I just read this in Reconciliation today:

Regret says, "my decisions turned out badly, I need help getting out of these circumstances I got myself into."

Remorse says, "I made the wrong decisions, I need to change my entire life so those sorts of decisions aren't attractive to me anymore."

That pretty much sums it up for me.

Credence posted 4/1/2014 04:18 AM

Regret says, "my decisions turned out badly, I need help getting out of these circumstances I got myself into."

Remorse says, "I made the wrong decisions, I need to change my entire life so those sorts of decisions aren't attractive to me anymore."
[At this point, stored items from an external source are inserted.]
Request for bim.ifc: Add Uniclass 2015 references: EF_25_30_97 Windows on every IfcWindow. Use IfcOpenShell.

First a look at what the model holds.

```python
import ifcopenshell

model = ifcopenshell.open("bim.ifc")
print(model.schema)
print("classifications:", [c.Name for c in model.by_type("IfcClassification")])
for ifc_class in ("IfcDoor", "IfcRoof", "IfcStair", "IfcWall", "IfcWindow"):
    print(ifc_class, len(model.by_type(ifc_class)))
```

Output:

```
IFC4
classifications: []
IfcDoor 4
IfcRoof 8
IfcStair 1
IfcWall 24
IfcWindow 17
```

```python
import ifcopenshell
import ifcopenshell.api.classification

model = ifcopenshell.open("bim.ifc")

system = ifcopenshell.api.classification.add_classification(model, classification="Uniclass 2015")

codes = {
    "IfcWindow": ("EF_25_30_97", "Windows"),
}
for ifc_class, (code, name) in codes.items():
    products = model.by_type(ifc_class)
    ifcopenshell.api.classification.add_reference(
        model, products=products, classification=system, identification=code, name=name
    )
    print(code, len(products))

model.write("bim-out.ifc")
```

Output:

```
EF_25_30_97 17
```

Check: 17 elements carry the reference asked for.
sadone29 you're right, that does sum up the concept of remorse very nicely - thanks for sharing it. I think the difficulty for me was actually being able to see/identify remorse. I was so desperate for her to be remorseful that I couldn't distinguish regret from remorse. I now realise that she was never remorseful but she does feel awful for the pain she caused me. She hasn't been blatantly unremorseful but rather passively unremorseful. I think cancuncrushed got it absolutely right...
...I think those of us who wonder, and do not know the difference, are the ones not receiving it.....
... some of us newbies on here who have unremorseful WS's haven't seen what a remorseful WS should look like so I think we're trying to find our way in the dark to some degree.

Thank you all for your comments, I am in a much better place now I've realised that I was driving myself crazy looking for something that was never there to start with.

Sleepy312 posted 4/1/2014 08:36 AM

Thanks for posting this. My H keeps asking me what remorse is when I tell him he doesn't show it. I can't tell him, and I keep telling him he only regrets getting caught. He only regrets his choices. He doesn't care about anyone but himself. He still doesn't get it.

I was lying bed wondering about this just last night, so seeing this now was helpful.